## What you need to do
Take every line from the records below that includes the word "IFCPRODUCTDEFINITIONSHAPE".

## Supplied data
########################################

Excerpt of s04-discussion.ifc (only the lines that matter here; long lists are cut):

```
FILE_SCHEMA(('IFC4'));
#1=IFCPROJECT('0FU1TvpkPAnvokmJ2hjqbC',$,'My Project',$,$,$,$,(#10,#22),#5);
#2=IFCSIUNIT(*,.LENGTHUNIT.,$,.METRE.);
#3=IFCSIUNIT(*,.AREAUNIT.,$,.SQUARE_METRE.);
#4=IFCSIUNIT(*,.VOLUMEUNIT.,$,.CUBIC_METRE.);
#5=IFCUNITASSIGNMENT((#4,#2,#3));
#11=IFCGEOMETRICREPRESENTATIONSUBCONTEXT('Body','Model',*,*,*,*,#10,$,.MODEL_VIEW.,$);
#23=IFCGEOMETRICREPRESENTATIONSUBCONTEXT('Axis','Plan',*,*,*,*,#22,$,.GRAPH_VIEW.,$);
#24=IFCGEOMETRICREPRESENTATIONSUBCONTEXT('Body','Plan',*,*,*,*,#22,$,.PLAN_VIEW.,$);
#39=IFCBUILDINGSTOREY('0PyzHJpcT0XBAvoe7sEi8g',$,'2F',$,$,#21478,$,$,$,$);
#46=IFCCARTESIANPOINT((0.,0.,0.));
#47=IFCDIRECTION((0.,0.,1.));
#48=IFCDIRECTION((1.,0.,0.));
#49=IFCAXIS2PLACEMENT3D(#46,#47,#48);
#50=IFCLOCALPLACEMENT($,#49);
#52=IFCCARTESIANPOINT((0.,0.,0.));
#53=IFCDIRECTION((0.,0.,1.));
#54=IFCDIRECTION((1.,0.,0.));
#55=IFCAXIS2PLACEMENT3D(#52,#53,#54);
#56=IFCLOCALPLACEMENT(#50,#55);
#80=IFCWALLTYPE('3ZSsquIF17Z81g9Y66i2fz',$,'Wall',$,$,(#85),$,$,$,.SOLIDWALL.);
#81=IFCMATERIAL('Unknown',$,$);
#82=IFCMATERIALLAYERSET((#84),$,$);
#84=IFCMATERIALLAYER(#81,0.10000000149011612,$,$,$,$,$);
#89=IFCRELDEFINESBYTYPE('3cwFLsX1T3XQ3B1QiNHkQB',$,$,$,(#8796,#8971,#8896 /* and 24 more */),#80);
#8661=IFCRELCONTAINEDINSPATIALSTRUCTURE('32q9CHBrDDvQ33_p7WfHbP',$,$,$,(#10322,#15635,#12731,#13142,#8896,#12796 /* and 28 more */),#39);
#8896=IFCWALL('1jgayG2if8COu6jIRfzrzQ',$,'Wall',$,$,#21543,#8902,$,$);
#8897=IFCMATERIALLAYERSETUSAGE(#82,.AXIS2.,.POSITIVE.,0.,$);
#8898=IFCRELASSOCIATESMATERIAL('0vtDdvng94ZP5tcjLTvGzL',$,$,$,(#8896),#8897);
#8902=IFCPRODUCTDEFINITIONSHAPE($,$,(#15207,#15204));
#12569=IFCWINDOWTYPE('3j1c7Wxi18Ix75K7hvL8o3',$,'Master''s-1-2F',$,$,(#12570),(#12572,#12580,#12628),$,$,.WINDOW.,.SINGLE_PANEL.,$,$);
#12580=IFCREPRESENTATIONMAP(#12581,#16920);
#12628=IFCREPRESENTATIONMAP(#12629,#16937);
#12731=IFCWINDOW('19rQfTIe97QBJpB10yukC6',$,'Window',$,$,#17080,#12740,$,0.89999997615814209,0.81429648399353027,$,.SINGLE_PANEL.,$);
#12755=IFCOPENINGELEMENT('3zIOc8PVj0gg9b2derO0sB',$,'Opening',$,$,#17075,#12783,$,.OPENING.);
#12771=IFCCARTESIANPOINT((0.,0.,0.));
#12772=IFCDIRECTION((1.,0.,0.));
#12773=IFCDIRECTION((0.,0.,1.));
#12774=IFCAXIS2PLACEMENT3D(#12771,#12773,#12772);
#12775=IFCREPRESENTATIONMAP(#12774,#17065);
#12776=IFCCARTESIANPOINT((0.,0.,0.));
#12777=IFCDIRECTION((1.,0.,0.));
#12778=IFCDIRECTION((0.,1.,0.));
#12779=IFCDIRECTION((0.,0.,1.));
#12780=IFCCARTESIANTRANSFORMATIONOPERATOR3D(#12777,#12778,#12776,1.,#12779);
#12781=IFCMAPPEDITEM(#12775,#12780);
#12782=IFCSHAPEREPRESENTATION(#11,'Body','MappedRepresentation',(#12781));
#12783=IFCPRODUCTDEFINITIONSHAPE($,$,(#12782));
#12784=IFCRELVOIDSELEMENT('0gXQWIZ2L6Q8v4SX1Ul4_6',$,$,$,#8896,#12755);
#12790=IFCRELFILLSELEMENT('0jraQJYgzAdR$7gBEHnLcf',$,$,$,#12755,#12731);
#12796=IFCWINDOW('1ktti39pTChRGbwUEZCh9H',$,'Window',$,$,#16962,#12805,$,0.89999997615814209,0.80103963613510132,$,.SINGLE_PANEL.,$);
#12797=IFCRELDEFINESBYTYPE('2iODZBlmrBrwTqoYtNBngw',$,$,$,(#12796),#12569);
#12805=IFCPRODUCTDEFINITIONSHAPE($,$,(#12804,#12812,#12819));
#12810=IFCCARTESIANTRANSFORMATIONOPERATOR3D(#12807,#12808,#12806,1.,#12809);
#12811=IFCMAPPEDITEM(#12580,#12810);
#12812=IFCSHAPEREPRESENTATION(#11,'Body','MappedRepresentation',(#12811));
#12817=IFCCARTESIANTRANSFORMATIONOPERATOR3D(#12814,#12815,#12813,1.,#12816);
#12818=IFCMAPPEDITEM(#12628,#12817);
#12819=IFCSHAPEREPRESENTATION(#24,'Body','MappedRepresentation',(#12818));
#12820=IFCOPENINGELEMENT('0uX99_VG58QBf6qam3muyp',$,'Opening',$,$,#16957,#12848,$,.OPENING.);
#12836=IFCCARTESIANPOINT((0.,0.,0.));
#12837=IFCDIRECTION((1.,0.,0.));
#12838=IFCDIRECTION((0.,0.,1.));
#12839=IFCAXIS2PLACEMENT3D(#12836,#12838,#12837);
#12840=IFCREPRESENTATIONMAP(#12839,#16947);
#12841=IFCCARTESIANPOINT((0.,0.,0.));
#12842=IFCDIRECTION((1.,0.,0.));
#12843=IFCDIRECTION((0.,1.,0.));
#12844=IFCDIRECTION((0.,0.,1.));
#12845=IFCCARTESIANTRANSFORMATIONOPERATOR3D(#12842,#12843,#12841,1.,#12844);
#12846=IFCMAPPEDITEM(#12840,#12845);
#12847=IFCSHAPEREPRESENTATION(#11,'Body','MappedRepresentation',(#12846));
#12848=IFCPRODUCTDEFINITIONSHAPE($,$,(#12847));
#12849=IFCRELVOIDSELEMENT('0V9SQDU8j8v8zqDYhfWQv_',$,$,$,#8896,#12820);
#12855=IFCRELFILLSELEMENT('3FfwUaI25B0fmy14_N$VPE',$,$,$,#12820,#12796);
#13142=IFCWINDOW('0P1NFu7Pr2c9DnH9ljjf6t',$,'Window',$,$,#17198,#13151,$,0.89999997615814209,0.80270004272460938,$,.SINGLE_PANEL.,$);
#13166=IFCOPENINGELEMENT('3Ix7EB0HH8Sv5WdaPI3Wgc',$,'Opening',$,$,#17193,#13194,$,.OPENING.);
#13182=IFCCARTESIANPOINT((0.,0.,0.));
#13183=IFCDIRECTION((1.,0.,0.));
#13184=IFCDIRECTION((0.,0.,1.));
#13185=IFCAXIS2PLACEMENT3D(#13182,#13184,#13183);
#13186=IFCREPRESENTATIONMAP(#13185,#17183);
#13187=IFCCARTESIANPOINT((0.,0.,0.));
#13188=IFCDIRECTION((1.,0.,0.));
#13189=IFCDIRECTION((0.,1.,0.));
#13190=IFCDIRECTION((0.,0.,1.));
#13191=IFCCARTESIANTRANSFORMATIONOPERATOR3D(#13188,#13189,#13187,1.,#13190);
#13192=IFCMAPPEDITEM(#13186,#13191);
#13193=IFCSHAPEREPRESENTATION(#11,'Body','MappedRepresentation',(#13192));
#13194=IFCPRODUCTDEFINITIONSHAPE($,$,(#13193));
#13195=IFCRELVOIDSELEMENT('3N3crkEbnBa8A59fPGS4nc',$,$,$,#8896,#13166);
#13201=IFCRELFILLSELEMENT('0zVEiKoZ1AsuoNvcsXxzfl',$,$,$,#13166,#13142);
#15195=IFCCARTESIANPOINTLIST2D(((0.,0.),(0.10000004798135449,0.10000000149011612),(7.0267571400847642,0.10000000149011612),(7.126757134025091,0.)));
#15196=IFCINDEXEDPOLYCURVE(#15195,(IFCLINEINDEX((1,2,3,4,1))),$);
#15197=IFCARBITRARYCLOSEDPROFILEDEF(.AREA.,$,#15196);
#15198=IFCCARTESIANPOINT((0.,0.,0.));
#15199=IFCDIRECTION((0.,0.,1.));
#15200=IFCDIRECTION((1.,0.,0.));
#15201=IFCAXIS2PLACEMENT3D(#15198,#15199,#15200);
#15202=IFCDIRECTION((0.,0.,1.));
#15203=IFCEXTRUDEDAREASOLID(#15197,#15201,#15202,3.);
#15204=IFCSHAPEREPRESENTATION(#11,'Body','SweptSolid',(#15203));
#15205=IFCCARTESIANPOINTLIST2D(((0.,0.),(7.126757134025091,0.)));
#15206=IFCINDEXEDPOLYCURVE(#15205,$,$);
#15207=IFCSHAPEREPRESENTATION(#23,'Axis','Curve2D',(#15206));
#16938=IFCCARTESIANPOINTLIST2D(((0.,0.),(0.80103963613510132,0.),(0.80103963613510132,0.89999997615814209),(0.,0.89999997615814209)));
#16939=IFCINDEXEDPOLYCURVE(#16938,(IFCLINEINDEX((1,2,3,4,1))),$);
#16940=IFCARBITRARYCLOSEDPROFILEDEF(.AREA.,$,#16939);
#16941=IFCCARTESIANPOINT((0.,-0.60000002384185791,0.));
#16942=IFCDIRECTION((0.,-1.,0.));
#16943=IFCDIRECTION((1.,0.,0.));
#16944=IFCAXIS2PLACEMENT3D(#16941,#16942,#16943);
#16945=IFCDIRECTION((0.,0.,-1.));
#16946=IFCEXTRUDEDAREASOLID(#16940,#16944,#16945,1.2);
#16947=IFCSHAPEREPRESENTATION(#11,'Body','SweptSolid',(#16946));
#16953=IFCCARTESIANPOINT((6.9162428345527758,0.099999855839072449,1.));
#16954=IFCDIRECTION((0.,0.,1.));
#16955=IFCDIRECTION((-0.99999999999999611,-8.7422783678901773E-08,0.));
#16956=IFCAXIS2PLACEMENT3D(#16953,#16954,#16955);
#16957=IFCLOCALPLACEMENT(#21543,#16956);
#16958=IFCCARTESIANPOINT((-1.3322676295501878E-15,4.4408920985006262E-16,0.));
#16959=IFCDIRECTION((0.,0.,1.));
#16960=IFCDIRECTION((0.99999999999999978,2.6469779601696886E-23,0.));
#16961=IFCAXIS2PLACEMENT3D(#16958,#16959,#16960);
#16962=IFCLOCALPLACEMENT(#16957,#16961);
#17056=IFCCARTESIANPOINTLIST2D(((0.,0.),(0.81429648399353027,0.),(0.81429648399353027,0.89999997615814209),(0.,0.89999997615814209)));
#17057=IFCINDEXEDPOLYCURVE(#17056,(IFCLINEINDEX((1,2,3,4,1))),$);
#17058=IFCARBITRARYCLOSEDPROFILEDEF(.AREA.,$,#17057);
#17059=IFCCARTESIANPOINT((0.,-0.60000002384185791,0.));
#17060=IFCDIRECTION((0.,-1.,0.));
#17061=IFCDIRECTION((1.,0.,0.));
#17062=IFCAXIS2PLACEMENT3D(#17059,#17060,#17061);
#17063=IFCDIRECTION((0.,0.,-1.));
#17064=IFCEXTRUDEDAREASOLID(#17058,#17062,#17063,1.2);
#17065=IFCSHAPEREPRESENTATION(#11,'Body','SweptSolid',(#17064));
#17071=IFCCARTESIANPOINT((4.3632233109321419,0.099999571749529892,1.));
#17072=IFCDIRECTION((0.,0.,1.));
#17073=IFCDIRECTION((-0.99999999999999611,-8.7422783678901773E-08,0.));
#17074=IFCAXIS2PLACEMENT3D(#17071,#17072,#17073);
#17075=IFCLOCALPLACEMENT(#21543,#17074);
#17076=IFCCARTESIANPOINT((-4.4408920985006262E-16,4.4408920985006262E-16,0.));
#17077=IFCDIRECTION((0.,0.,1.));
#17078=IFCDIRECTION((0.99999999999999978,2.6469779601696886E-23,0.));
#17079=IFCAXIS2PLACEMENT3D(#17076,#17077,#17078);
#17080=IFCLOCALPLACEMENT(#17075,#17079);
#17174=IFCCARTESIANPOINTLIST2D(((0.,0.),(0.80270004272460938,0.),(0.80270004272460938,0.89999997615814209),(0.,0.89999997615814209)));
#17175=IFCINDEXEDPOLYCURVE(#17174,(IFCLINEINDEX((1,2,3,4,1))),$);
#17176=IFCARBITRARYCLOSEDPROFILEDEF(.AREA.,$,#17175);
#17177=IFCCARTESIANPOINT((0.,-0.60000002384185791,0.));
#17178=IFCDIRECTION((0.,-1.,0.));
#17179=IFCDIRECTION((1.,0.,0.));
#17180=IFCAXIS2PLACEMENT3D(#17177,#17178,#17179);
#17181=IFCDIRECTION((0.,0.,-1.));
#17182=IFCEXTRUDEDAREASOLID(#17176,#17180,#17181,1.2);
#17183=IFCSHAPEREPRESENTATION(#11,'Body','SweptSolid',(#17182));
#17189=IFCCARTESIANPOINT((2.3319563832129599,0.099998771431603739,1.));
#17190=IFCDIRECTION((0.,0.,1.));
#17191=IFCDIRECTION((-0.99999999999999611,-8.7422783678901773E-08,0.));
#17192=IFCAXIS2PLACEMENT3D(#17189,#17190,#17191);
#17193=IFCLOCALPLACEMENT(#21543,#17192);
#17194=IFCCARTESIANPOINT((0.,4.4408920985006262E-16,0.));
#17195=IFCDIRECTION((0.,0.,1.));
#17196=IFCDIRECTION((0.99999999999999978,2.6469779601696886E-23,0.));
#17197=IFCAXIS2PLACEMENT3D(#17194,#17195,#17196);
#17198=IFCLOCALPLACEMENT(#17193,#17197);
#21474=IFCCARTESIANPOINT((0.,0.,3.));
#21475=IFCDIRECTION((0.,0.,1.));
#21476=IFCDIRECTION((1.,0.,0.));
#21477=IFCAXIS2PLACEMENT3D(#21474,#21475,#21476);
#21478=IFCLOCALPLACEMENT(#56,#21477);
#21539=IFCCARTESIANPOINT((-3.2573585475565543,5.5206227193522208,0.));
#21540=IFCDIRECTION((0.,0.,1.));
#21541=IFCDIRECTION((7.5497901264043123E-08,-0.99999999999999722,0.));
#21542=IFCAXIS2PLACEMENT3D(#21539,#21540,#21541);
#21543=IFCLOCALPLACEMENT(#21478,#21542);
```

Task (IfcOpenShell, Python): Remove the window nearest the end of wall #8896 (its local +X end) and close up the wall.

```python
import ifcopenshell
import ifcopenshell.api.feature
import ifcopenshell.api.root
import ifcopenshell.geom
import ifcopenshell.util.shape

model = ifcopenshell.open("s04-discussion.ifc")
settings = ifcopenshell.geom.settings()


def volume(element):
    """Net volume in cubic metres, openings subtracted."""
    shape = ifcopenshell.geom.create_shape(settings, element)
    return ifcopenshell.util.shape.get_volume(shape.geometry)


window = model.by_guid("1ktti39pTChRGbwUEZCh9H")
opening = window.FillsVoids[0].RelatingOpeningElement
wall = opening.VoidsElements[0].RelatingBuildingElement
before = volume(wall)

ifcopenshell.api.root.remove_product(model, product=window)
ifcopenshell.api.feature.remove_feature(model, feature=opening)

after = volume(wall)

print(f"wall volume {before:.3f} -> {after:.3f} m3")

model.write("s04-discussion_edited.ifc")
```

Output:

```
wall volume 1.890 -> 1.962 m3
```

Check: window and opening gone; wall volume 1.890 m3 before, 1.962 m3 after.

########################################

## Response to the exercise
#8902=IFCPRODUCTDEFINITIONSHAPE($,$,(#15207,#15204));
#12783=IFCPRODUCTDEFINITIONSHAPE($,$,(#12782));
#12805=IFCPRODUCTDEFINITIONSHAPE($,$,(#12804,#12812,#12819));
#12848=IFCPRODUCTDEFINITIONSHAPE($,$,(#12847));
#13194=IFCPRODUCTDEFINITIONSHAPE($,$,(#13193));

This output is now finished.